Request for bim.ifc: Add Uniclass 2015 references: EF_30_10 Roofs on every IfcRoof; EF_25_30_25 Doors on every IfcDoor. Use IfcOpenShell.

First a look at what the model holds.

```python
import ifcopenshell

model = ifcopenshell.open("bim.ifc")
print(model.schema)
print("classifications:", [c.Name for c in model.by_type("IfcClassification")])
for ifc_class in ("IfcDoor", "IfcRoof", "IfcStair", "IfcWall", "IfcWindow"):
    print(ifc_class, len(model.by_type(ifc_class)))
```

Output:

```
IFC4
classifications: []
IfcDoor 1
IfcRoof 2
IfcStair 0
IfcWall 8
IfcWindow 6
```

```python
import ifcopenshell
import ifcopenshell.api.classification

model = ifcopenshell.open("bim.ifc")

system = ifcopenshell.api.classification.add_classification(model, classification="Uniclass 2015")

codes = {
    "IfcRoof": ("EF_30_10", "Roofs"),
    "IfcDoor": ("EF_25_30_25", "Doors"),
}
for ifc_class, (code, name) in codes.items():
    products = model.by_type(ifc_class)
    ifcopenshell.api.classification.add_reference(
        model, products=products, classification=system, identification=code, name=name
    )
    print(code, len(products))

model.write("bim_edited.ifc")
```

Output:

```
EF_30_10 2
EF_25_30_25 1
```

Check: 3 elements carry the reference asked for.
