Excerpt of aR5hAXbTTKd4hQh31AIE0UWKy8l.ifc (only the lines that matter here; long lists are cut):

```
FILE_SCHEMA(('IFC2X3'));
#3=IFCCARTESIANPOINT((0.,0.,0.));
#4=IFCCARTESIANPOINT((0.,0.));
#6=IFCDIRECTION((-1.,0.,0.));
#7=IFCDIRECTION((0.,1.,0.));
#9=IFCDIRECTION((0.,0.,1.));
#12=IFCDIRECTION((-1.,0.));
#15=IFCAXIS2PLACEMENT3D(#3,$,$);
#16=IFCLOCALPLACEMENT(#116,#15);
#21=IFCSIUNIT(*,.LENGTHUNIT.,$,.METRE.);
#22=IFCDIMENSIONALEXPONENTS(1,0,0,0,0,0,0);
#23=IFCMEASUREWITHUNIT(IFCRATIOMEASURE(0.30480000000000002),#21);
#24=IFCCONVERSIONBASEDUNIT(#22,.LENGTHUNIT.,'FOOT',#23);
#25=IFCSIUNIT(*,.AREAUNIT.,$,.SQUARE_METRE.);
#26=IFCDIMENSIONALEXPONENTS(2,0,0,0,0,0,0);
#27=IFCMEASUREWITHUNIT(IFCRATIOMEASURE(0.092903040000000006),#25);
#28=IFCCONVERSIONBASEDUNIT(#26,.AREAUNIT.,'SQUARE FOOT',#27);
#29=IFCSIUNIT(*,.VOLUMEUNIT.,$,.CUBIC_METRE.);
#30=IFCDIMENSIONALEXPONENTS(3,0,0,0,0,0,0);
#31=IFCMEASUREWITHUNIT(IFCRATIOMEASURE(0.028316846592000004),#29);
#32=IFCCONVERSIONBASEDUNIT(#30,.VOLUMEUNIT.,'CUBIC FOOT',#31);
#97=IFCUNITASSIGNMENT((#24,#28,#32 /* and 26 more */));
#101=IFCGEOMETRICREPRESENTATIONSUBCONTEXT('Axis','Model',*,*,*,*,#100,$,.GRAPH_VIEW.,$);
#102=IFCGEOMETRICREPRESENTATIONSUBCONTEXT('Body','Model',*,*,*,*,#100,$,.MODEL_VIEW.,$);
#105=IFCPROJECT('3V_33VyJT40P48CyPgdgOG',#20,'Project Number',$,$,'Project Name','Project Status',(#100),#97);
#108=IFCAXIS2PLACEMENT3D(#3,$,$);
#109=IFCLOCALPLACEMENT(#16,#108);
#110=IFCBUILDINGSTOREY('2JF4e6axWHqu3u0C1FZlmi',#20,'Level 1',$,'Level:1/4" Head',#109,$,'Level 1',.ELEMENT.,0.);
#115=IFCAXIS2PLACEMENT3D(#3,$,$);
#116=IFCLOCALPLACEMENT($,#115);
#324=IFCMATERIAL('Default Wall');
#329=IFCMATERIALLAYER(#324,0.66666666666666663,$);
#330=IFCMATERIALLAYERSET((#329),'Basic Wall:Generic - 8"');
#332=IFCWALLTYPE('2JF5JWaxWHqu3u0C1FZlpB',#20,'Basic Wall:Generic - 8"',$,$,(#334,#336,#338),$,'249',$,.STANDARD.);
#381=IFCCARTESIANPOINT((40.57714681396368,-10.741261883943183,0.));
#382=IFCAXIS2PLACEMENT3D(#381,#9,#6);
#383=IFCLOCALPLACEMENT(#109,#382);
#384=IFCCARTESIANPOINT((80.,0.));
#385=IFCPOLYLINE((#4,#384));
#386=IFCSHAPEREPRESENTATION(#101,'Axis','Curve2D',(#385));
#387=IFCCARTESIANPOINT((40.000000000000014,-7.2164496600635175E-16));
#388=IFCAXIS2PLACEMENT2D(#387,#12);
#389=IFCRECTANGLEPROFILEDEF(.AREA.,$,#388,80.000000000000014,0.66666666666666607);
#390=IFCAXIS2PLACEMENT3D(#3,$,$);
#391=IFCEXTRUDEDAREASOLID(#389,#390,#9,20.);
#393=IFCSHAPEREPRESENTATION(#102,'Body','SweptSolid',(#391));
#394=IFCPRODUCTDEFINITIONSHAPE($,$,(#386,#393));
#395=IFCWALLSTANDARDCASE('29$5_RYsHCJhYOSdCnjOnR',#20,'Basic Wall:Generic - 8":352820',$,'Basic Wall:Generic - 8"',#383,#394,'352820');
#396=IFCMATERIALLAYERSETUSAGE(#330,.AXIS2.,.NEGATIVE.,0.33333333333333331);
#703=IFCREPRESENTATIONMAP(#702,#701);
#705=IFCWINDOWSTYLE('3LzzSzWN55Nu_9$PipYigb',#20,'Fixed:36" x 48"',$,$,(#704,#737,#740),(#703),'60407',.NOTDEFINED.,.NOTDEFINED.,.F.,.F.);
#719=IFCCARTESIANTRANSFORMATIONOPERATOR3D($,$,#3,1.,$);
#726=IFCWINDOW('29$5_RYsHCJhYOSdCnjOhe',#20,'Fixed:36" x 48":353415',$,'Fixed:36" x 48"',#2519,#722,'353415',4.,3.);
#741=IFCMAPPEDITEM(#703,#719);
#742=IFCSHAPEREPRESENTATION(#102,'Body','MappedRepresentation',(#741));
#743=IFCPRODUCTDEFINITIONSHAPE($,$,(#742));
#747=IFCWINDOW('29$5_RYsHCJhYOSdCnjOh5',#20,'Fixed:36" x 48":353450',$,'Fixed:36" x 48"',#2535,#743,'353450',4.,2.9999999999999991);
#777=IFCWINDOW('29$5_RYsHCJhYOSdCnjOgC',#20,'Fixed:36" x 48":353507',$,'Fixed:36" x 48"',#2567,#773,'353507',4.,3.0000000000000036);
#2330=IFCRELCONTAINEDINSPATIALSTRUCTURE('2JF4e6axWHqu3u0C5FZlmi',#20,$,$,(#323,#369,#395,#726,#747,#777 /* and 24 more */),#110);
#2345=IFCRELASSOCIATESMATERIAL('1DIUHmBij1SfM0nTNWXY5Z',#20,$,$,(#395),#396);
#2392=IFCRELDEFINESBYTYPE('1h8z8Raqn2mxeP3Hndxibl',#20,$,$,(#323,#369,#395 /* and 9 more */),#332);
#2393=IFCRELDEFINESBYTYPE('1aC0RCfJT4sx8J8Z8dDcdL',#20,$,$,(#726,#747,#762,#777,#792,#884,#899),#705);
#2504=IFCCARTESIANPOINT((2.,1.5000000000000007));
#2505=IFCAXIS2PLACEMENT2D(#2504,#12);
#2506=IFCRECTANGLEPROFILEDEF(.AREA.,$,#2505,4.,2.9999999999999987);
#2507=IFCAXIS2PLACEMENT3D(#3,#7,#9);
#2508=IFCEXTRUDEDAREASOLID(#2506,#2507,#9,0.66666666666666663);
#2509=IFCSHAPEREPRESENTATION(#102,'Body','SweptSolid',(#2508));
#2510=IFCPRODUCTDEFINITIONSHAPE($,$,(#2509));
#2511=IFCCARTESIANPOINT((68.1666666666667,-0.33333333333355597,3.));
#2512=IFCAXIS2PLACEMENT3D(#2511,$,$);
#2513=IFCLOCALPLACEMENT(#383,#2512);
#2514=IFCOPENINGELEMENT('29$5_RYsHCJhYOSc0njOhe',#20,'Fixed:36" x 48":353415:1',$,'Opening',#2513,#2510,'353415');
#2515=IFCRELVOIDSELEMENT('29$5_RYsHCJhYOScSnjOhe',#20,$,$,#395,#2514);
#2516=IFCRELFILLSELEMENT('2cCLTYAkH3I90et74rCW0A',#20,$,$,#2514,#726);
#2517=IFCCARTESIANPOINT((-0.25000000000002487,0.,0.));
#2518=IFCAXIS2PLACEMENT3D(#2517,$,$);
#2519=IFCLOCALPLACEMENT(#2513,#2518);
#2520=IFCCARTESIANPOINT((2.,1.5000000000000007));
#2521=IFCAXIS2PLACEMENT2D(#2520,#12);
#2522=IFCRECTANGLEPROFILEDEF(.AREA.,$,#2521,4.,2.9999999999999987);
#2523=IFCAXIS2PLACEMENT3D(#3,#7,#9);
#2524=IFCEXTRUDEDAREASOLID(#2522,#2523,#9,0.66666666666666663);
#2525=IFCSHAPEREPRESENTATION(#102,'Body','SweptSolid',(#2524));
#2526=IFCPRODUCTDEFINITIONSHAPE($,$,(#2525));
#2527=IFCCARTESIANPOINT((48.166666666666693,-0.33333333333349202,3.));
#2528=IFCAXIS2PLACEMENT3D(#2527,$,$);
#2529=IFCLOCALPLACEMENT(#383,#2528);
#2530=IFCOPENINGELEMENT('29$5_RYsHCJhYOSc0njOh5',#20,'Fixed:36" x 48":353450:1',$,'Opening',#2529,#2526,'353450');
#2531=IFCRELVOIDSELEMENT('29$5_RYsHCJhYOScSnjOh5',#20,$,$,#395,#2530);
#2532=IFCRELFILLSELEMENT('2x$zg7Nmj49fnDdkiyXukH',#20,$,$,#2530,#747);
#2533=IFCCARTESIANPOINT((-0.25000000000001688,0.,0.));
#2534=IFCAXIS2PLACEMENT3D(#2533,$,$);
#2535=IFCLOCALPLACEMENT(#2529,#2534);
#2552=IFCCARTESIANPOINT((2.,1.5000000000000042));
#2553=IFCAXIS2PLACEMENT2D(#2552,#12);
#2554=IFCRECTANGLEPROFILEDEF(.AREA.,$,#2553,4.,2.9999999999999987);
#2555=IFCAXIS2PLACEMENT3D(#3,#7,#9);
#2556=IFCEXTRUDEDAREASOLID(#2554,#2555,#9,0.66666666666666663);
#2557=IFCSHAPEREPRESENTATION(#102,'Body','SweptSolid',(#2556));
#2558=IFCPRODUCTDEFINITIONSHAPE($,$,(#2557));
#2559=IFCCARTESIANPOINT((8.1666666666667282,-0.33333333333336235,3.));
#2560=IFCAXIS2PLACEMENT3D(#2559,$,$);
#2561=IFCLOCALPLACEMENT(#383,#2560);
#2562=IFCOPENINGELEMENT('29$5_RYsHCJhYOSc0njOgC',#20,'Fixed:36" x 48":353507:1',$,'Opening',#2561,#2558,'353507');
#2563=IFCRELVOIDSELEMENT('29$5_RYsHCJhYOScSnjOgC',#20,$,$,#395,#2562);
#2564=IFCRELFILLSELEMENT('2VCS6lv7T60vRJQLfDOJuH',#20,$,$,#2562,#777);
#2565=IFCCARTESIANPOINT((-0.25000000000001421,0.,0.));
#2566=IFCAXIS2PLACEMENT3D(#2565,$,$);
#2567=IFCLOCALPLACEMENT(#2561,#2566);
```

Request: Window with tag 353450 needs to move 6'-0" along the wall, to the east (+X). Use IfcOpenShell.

```python
import ifcopenshell
import ifcopenshell.api.geometry
import ifcopenshell.util.placement
import ifcopenshell.util.unit

model = ifcopenshell.open("aR5hAXbTTKd4hQh31AIE0UWKy8l.ifc")
unit_scale = ifcopenshell.util.unit.calculate_unit_scale(model)

window = model.by_id(747)
opening = window.FillsVoids[0].RelatingOpeningElement
wall = opening.VoidsElements[0].RelatingBuildingElement

wall_matrix = ifcopenshell.util.placement.get_local_placement(wall.ObjectPlacement)
shift = wall_matrix[:3, 0] * -72 * 0.0254 / unit_scale
before = ifcopenshell.util.placement.get_local_placement(window.ObjectPlacement)[:3, 3].copy()

# The window is placed relative to its opening, so it follows when the opening moves.
matrix = ifcopenshell.util.placement.get_local_placement(opening.ObjectPlacement)
matrix[:3, 3] += shift
ifcopenshell.api.geometry.edit_object_placement(
    model, product=opening, matrix=matrix, is_si=False, should_transform_children=True
)

after = ifcopenshell.util.placement.get_local_placement(window.ObjectPlacement)[:3, 3]
print("window moved by", (after - before).round(3) + 0.0)

model.write("aR5hAXbTTKd4hQh31AIE0UWKy8l-out.ifc")
```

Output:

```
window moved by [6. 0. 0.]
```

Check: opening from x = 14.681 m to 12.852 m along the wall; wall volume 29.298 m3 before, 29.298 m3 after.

**ASSIGNED TASK:**
Check each line of the entries above for the string "Generic", and return those that contain it.

**PROBLEM SOLUTION:**
#330=IFCMATERIALLAYERSET((#329),'Basic Wall:Generic - 8"');
#332=IFCWALLTYPE('2JF5JWaxWHqu3u0C1FZlpB',#20,'Basic Wall:Generic - 8"',$,$,(#334,#336,#338),$,'249',$,.STANDARD.);
#395=IFCWALLSTANDARDCASE('29$5_RYsHCJhYOSdCnjOnR',#20,'Basic Wall:Generic - 8":352820',$,'Basic Wall:Generic - 8"',#383,#394,'352820');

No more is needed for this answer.